Stefan Zörner
17.12.2014
Teil 10 der Blog-Serie. Wir verdichten die Kernideen der Softwarearchitektur auf einem Bierdeckel.
In dieser Blogserie habe ich bereits einige Schnipsel zum Festhalten architekturrelevanter Anforderungen auf der einen und Lösungsansätzen auf der anderen Seite diskutiert. In dieser Folge lernen Sie nun ein wirkungsvolles Werkzeug kennen, das die Brücke schlägt.
Und so heißt es wieder: Schere raus und losgeschnippelt …
Die unliebsame jährliche Einkommenssteuererklärung manifestiert sich in einem grau-grünen Papierungetüm, das Ausfüllen von Mantelbogen ESt 1 A, V oder C sowie diverser Anlagen wie N, KSO oder AVEÜR (= Anlageverzeichnis/Ausweis des Umlaufvermögens zur Anlage EÜR) lässt in Deutschland so manchen verzweifeln.
Der CDU-Politiker Friedrich Merz machte 2003 mit einem radikalen Konzept zur Steuerreform auf sich aufmerksam: Die Steuererklärung sollte demnach auf einen Bierdeckel passen! Ein verlockendes Bild, leider nicht von Erfolg gekrönt.

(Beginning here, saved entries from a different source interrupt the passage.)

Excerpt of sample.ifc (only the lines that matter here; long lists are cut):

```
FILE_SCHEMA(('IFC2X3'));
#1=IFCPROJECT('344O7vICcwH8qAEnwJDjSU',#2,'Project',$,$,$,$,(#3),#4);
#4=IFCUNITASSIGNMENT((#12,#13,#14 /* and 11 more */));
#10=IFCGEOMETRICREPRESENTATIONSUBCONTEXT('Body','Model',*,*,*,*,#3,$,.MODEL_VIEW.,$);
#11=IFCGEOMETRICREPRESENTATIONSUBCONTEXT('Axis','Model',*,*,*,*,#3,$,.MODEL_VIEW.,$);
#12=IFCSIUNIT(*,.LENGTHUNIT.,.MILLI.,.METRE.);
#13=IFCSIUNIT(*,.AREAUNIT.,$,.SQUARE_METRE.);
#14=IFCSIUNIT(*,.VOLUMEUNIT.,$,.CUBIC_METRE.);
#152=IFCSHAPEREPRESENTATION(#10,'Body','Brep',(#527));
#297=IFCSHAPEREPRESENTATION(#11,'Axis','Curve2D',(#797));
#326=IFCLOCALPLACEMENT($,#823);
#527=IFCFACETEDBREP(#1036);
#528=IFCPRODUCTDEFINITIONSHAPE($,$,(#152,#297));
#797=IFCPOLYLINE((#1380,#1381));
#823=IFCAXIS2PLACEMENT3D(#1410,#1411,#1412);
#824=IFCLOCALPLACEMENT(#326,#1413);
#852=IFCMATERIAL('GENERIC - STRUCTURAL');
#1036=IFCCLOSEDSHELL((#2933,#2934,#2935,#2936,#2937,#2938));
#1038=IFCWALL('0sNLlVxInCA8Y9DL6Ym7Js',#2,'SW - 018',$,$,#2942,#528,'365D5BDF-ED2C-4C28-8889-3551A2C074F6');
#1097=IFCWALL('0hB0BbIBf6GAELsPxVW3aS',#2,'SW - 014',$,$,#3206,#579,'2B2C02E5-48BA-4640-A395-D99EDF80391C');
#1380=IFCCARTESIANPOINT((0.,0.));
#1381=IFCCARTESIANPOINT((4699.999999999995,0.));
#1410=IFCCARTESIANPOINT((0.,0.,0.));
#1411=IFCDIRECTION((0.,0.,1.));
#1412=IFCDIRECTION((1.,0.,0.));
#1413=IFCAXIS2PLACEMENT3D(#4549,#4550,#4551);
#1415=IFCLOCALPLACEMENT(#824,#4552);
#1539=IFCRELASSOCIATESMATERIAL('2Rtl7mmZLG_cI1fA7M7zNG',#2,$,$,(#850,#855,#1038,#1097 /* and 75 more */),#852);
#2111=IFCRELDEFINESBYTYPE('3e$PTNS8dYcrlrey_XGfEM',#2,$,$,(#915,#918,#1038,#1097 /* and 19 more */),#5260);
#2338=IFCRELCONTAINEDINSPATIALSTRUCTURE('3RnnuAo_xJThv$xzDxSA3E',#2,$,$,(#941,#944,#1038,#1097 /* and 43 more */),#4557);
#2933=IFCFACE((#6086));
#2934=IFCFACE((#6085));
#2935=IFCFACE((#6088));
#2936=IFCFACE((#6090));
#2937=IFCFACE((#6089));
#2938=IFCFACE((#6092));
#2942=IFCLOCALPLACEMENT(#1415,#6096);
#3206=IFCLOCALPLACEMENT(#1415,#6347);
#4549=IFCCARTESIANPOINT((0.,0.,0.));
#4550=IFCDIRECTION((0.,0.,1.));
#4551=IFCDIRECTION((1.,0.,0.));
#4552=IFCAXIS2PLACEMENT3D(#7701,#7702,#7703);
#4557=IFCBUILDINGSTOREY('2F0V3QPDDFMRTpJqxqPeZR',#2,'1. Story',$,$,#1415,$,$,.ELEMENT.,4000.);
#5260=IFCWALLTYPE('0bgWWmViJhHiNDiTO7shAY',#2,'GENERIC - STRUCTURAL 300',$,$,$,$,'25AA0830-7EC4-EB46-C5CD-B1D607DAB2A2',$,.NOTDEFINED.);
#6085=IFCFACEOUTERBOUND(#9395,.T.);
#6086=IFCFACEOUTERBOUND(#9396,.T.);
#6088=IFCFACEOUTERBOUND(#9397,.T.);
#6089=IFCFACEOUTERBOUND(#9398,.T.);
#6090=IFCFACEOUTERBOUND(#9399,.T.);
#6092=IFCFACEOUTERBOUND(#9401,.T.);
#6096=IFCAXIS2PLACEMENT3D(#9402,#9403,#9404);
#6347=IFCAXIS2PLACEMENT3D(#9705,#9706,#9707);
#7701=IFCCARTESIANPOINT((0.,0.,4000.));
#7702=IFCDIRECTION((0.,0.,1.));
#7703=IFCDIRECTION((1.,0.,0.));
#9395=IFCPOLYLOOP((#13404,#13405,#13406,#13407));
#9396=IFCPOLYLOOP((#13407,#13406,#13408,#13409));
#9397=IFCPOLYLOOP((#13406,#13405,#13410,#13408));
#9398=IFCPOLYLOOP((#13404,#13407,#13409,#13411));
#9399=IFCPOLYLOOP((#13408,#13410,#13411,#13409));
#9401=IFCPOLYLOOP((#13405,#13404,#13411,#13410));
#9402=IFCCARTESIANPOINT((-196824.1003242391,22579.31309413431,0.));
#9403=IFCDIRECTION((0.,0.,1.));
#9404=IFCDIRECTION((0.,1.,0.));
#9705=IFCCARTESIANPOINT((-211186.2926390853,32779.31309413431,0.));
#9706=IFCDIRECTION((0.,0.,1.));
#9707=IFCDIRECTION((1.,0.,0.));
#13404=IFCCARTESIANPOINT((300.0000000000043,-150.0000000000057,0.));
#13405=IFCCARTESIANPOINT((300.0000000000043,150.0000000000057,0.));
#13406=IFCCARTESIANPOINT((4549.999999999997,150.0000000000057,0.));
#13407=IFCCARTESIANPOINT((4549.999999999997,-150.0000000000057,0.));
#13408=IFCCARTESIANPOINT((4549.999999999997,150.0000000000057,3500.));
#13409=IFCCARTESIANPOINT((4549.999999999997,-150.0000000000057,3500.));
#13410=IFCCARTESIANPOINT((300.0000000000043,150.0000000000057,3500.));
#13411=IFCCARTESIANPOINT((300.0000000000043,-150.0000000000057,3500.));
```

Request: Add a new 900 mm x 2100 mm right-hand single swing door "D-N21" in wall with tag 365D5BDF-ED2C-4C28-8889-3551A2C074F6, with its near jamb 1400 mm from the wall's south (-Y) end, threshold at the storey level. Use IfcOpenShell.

```python
import numpy as np
import ifcopenshell
import ifcopenshell.api.feature
import ifcopenshell.api.geometry
import ifcopenshell.api.root
import ifcopenshell.api.spatial
import ifcopenshell.api.type
import ifcopenshell.geom
import ifcopenshell.util.element
import ifcopenshell.util.placement
import ifcopenshell.util.representation
import ifcopenshell.util.shape
import ifcopenshell.util.unit

model = ifcopenshell.open("sample.ifc")
unit_scale = ifcopenshell.util.unit.calculate_unit_scale(model)
settings = ifcopenshell.geom.settings()


def volume(element):
    """Net volume in cubic metres, openings subtracted."""
    shape = ifcopenshell.geom.create_shape(settings, element)
    return ifcopenshell.util.shape.get_volume(shape.geometry)


wall = model.by_id(1038)
storey = ifcopenshell.util.element.get_container(wall, ifc_class="IfcBuildingStorey")
context = ifcopenshell.util.representation.get_context(model, "Model", "Body", "MODEL_VIEW")
before = volume(wall)

width, height, from_end, sill = 0.9, 2.1, 1.4, 0.0  # metres

# The wall runs along its own X axis, and the end named is its -X end.
wall_shape = ifcopenshell.geom.create_shape(settings, wall)
x, y, z = ifcopenshell.util.shape.get_vertices(wall_shape.geometry).T
start = x.min() + from_end
face, thickness = float(y.min()), float(y.max() - y.min())
wall_matrix = ifcopenshell.util.placement.get_local_placement(wall.ObjectPlacement)
level = ifcopenshell.util.placement.get_local_placement(storey.ObjectPlacement)[2, 3]


def in_wall(x, y):
    """Placement at x, y metres in the wall's axes, at sill height."""
    matrix = wall_matrix.copy()
    matrix[:, 3] = wall_matrix @ np.array([x / unit_scale, y / unit_scale, 0.0, 1.0])
    matrix[2, 3] = level + sill / unit_scale
    return matrix


# Opening: a box that overshoots both wall faces by 50 mm.
opening = ifcopenshell.api.root.create_entity(model, ifc_class="IfcOpeningElement")
box = ifcopenshell.api.geometry.add_wall_representation(
    model, context=context, length=width, height=height, thickness=thickness + 0.1
)
ifcopenshell.api.geometry.assign_representation(model, product=opening, representation=box)
ifcopenshell.api.geometry.edit_object_placement(model, product=opening, matrix=in_wall(start, face - 0.05), is_si=False)
ifcopenshell.api.feature.add_feature(model, feature=opening, element=wall)

door = ifcopenshell.api.root.create_entity(model, ifc_class="IfcDoor", name="D-N21")
door.OverallWidth, door.OverallHeight = width / unit_scale, height / unit_scale
body = ifcopenshell.api.geometry.add_door_representation(
    model,
    context=context,
    overall_width=door.OverallWidth,
    overall_height=door.OverallHeight,
    operation_type="SINGLE_SWING_RIGHT",
    lining_properties={"LiningDepth": thickness / unit_scale, "ThresholdDepth": thickness / unit_scale},
)
ifcopenshell.api.geometry.assign_representation(model, product=door, representation=body)
ifcopenshell.api.spatial.assign_container(model, products=[door], relating_structure=storey)
fills = ifcopenshell.api.feature.add_filling(model, opening=opening, element=door)
fills.OwnerHistory = door.OwnerHistory  # required in IFC2X3

# IFC2X3 keeps the operation on the door style.
style = ifcopenshell.api.root.create_entity(model, ifc_class="IfcDoorStyle", name="D-N21")
style.OperationType, style.ConstructionType = "SINGLE_SWING_RIGHT", "NOTDEFINED"
style.ParameterTakesPrecedence = style.Sizeable = False
ifcopenshell.api.type.assign_type(model, related_objects=[door], relating_type=style)

# The lining spans the wall, so the door starts at the wall face.
ifcopenshell.api.geometry.edit_object_placement(model, product=door, matrix=in_wall(start, face), is_si=False)

after = volume(wall)

print(f"wall volume {before:.3f} -> {after:.3f} m3")

model.write("sample_v2.ifc")
```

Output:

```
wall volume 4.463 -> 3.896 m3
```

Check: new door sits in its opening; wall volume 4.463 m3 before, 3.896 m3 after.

Können wir eine Softwarearchitektur auf einem Bierdeckel erklären? Als Idealbild ist für viele bereits ein Architekturüberblick ihres Softwaresystems auf weniger als 30 Seiten anstrebsam, und in der Regel auch inklusive Abbildungen, Inhaltsverzeichnis, Glossar usw. gut machbar.
Die Lösungsstrategie für ein Softwaresystem lässt sich jedoch noch weiter verdichten, sodass sie auf eine DIN A4-Seite passt. Oder auf ein bis zwei PowerPoint-Folien.
Eine Strategie (von griechisch strategós „Feldherr, Kommandant“) ist ein Plan zum systematischen Erreichen von Zielen … – Wikipedia
Eine besonders kompakte und wirkungsvolle Form zur Dokumentation und Kommunikation der Lösungsstrategie stellt die wichtigsten Anforderungen den Lösungsansätzen in einer Tabelle gegenüber, siehe folgende Abbildung:
Die linke Spalte enthält dabei die Qualitätsziele (oder auch Architekturziele, vgl. Schnipsel #3 dieser Serie). Für ein ausdrucksstarkes Ergebnis zahlt es sich hier aus, wenn Sie den Zielen prägnante Namen gegeben haben (z.B. „Intuitive Erlernbarkeit“ statt nur „Benutzbarkeit“). In der rechten Spalte ordnen Sie den Zielen die wichtigsten Lösungsansätze Ihrer Architektur zu, die aus Ihrer Sicht der Erreichung der Ziele dienen. Als erstes sind hier die Architekturentscheidungen zu nennen.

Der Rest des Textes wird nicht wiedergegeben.